## What needs to be done
Below are some records. Print exactly the lines between the one holding "#60=IFCMATERIAL('Structural Steel',$,$);" and the one holding "# ifc_helpers.py", inclusive, and nothing else.

## Working data
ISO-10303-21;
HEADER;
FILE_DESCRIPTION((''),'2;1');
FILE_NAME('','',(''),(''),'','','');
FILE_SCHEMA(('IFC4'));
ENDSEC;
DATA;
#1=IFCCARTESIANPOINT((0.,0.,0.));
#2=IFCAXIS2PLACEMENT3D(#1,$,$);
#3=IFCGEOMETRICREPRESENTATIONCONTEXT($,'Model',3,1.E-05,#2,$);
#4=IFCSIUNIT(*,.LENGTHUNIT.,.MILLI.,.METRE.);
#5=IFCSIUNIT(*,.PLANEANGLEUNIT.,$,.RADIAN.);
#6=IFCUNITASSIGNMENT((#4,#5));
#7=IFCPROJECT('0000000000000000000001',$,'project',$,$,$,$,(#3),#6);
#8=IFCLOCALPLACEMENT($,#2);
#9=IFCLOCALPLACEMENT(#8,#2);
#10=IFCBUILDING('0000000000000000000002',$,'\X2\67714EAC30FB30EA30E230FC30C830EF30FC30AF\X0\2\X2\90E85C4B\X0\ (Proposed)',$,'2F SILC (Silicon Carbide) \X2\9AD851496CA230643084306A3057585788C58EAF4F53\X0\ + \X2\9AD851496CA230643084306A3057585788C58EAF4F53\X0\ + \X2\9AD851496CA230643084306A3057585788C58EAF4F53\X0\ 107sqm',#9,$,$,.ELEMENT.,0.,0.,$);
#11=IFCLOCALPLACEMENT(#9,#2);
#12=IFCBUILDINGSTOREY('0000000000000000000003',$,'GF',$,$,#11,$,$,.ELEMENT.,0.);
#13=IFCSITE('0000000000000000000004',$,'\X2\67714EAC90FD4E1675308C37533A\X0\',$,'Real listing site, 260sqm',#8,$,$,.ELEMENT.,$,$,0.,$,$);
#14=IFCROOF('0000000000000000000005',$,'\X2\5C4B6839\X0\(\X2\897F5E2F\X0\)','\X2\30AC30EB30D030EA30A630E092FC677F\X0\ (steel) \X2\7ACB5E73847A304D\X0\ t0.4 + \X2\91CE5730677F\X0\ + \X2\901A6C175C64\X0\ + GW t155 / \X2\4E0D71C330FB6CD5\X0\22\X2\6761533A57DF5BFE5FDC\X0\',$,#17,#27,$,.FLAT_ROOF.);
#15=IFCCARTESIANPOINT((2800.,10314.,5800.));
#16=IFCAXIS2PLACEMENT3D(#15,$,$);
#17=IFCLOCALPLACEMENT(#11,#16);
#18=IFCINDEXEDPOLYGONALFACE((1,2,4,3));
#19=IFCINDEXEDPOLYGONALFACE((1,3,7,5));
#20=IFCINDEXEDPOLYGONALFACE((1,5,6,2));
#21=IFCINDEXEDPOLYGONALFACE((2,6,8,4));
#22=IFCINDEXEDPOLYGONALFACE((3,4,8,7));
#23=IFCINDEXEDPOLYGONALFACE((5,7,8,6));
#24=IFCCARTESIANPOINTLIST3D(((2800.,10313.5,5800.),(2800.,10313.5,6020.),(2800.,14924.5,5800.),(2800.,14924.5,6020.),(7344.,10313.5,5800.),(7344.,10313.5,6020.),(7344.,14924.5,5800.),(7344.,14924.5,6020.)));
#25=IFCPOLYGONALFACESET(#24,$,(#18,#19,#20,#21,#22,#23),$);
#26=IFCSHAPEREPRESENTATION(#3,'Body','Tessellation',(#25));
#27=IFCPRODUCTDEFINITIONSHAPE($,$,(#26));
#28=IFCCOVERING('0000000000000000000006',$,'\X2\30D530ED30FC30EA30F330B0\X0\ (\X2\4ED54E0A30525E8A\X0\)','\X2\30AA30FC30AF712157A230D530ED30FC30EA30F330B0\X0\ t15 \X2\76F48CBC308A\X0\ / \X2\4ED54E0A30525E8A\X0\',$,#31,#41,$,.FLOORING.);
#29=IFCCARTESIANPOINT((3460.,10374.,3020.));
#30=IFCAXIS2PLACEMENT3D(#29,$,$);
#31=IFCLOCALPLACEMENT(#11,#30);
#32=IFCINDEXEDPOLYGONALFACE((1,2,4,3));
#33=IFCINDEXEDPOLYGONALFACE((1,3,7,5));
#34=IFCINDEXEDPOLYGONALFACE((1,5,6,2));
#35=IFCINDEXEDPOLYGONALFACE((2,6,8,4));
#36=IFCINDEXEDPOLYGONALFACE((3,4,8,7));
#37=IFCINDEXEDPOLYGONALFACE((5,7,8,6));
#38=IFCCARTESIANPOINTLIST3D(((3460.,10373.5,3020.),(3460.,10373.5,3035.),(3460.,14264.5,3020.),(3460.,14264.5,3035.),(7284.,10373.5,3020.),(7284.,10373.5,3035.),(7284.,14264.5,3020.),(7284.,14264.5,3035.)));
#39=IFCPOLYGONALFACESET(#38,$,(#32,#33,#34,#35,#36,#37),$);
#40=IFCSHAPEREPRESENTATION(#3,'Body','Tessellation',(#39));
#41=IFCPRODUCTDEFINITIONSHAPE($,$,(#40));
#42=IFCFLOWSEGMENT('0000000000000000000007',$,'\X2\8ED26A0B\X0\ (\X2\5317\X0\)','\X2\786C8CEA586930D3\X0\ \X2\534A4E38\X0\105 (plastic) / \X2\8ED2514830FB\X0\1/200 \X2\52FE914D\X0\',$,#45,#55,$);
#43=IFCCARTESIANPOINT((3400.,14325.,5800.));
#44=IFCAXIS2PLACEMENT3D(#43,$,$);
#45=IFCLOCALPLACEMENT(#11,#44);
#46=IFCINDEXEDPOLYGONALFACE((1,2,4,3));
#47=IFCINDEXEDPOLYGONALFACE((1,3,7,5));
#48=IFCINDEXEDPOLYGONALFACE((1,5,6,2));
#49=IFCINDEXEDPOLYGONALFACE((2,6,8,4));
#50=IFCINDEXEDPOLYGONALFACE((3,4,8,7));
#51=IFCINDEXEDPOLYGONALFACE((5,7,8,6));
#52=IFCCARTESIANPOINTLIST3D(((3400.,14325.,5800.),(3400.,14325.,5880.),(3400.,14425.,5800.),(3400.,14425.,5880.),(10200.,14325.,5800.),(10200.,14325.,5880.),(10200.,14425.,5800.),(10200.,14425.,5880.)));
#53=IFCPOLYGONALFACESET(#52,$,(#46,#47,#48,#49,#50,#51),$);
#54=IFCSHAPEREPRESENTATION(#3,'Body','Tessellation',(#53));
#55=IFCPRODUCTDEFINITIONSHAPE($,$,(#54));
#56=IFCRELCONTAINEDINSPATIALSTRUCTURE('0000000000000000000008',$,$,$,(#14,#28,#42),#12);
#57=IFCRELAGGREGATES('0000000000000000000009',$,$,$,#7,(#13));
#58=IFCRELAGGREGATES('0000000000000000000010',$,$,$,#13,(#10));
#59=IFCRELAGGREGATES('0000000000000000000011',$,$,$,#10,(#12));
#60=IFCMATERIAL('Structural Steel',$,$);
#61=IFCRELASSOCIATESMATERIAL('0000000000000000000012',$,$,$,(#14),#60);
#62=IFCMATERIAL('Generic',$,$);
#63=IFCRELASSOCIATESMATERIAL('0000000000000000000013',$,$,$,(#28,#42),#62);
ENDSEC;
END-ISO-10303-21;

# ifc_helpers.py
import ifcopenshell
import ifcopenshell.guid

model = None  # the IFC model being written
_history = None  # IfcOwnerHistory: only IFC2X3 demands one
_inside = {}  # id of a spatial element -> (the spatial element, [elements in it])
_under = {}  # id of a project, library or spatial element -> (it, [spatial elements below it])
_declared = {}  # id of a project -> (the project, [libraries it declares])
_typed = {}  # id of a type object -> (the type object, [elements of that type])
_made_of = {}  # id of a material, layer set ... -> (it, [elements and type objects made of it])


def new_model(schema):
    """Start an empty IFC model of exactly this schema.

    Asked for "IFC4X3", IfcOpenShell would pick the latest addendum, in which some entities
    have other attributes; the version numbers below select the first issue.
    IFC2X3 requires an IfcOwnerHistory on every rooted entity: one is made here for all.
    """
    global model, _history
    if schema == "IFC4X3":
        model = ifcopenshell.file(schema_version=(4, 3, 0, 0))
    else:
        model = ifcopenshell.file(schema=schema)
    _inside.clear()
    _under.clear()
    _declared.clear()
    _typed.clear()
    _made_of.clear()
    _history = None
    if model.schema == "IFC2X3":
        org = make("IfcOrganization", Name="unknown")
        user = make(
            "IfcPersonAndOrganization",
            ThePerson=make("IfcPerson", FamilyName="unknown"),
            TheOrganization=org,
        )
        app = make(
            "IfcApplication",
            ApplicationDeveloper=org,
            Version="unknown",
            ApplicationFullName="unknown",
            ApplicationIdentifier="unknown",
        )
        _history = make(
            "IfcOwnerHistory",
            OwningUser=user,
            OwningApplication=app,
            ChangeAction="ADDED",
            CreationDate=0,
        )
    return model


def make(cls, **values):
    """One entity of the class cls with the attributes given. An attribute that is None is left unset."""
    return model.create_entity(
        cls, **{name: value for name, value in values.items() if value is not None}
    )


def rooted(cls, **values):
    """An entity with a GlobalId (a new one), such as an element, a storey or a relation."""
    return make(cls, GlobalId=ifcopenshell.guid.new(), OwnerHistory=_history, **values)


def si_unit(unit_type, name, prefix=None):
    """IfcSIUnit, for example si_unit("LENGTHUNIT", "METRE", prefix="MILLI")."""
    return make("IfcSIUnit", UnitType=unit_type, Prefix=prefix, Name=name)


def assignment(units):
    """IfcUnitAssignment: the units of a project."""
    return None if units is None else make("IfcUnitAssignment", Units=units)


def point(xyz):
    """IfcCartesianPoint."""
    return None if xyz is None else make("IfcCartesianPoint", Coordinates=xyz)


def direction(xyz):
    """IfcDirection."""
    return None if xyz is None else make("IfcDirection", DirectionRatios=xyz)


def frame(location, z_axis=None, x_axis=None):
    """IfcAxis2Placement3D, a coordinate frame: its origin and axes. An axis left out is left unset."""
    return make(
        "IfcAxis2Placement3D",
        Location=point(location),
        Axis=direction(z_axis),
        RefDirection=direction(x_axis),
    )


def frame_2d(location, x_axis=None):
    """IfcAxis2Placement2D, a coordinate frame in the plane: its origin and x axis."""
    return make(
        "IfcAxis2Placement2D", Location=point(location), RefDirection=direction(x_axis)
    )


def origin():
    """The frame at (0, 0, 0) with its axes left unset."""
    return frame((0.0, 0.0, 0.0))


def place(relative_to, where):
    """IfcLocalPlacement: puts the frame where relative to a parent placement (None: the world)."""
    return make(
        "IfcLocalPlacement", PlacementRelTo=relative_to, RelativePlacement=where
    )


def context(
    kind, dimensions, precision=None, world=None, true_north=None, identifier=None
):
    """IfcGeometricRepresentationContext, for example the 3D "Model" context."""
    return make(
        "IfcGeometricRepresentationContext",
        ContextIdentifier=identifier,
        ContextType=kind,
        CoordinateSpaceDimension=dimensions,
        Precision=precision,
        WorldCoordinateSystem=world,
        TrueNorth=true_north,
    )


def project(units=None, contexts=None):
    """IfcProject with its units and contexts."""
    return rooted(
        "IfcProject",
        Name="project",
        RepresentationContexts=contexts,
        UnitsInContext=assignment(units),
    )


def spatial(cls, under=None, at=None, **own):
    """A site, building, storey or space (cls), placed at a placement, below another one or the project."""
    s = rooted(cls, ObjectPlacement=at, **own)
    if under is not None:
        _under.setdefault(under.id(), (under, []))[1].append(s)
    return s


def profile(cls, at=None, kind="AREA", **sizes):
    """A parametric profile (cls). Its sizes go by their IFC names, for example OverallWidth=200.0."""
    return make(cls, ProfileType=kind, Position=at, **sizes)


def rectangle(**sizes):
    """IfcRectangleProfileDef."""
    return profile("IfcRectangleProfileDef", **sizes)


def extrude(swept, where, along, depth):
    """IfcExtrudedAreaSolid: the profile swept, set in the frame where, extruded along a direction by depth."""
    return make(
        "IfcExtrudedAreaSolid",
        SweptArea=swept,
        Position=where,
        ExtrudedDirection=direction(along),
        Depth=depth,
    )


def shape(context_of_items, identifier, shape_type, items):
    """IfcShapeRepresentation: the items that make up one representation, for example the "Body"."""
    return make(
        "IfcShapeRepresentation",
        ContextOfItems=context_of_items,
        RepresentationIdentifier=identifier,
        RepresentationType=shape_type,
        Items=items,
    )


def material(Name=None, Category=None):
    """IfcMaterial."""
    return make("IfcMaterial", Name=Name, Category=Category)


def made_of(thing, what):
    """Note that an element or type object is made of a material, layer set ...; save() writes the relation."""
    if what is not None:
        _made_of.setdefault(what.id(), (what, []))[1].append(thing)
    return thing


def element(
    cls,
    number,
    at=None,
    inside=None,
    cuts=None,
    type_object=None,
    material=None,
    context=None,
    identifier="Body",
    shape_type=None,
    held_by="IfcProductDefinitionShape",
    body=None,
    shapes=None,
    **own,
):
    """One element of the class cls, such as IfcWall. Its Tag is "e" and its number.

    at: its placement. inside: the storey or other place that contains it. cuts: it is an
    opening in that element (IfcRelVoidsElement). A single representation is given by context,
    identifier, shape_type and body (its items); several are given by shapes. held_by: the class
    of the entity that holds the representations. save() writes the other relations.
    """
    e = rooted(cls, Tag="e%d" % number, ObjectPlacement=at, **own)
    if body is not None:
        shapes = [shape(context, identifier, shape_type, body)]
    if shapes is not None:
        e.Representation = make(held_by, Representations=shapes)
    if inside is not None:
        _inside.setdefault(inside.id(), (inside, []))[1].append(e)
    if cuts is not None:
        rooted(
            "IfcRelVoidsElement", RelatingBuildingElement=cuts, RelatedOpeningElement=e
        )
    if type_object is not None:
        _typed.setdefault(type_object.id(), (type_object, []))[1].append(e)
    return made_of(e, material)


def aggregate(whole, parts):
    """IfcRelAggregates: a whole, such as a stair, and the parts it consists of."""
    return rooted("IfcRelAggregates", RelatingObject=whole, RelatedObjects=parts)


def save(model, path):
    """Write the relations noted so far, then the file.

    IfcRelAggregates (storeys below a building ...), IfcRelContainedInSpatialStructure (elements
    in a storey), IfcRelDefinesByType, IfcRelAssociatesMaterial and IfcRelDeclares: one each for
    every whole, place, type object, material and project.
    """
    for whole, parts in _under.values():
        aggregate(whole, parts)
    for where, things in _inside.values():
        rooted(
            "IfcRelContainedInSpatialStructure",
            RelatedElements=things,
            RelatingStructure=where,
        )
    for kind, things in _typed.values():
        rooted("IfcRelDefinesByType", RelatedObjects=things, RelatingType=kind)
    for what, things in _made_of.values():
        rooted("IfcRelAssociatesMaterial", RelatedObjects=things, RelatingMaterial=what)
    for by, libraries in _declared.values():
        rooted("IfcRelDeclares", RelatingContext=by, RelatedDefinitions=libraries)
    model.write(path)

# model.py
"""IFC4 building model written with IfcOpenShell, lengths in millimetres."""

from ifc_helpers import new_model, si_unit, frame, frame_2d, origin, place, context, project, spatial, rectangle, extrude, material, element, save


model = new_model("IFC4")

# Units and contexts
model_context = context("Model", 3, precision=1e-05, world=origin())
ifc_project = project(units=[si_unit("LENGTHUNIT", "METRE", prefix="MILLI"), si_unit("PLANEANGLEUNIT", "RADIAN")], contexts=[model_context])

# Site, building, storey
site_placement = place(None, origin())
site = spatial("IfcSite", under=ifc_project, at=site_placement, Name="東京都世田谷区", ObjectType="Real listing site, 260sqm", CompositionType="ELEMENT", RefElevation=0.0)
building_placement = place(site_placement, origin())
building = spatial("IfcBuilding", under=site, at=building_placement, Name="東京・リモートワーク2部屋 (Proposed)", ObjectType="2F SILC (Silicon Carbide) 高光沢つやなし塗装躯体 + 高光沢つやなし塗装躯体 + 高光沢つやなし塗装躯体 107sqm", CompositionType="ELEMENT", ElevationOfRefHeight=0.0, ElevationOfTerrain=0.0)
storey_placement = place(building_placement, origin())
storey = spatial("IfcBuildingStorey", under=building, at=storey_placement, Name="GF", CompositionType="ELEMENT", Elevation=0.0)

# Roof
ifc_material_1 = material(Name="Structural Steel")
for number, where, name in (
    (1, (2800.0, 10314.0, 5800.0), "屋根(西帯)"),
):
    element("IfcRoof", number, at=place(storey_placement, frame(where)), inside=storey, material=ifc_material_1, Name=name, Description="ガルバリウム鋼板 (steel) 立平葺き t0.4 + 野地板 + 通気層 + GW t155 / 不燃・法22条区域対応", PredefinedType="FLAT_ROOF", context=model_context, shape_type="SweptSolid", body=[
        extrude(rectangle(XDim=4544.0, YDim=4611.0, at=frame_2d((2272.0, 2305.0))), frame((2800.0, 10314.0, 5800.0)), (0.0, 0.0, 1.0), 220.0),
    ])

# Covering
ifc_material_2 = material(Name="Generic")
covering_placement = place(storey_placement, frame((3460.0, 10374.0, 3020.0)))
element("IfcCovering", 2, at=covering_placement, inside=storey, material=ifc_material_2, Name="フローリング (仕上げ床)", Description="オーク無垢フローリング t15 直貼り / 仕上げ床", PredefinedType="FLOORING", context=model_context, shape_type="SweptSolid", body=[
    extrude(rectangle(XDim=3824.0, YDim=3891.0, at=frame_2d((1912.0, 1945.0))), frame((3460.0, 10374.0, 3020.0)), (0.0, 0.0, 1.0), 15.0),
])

## Expected answer
#60=IFCMATERIAL('Structural Steel',$,$);
#61=IFCRELASSOCIATESMATERIAL('0000000000000000000012',$,$,$,(#14),#60);
#62=IFCMATERIAL('Generic',$,$);
#63=IFCRELASSOCIATESMATERIAL('0000000000000000000013',$,$,$,(#28,#42),#62);
ENDSEC;
END-ISO-10303-21;

# ifc_helpers.py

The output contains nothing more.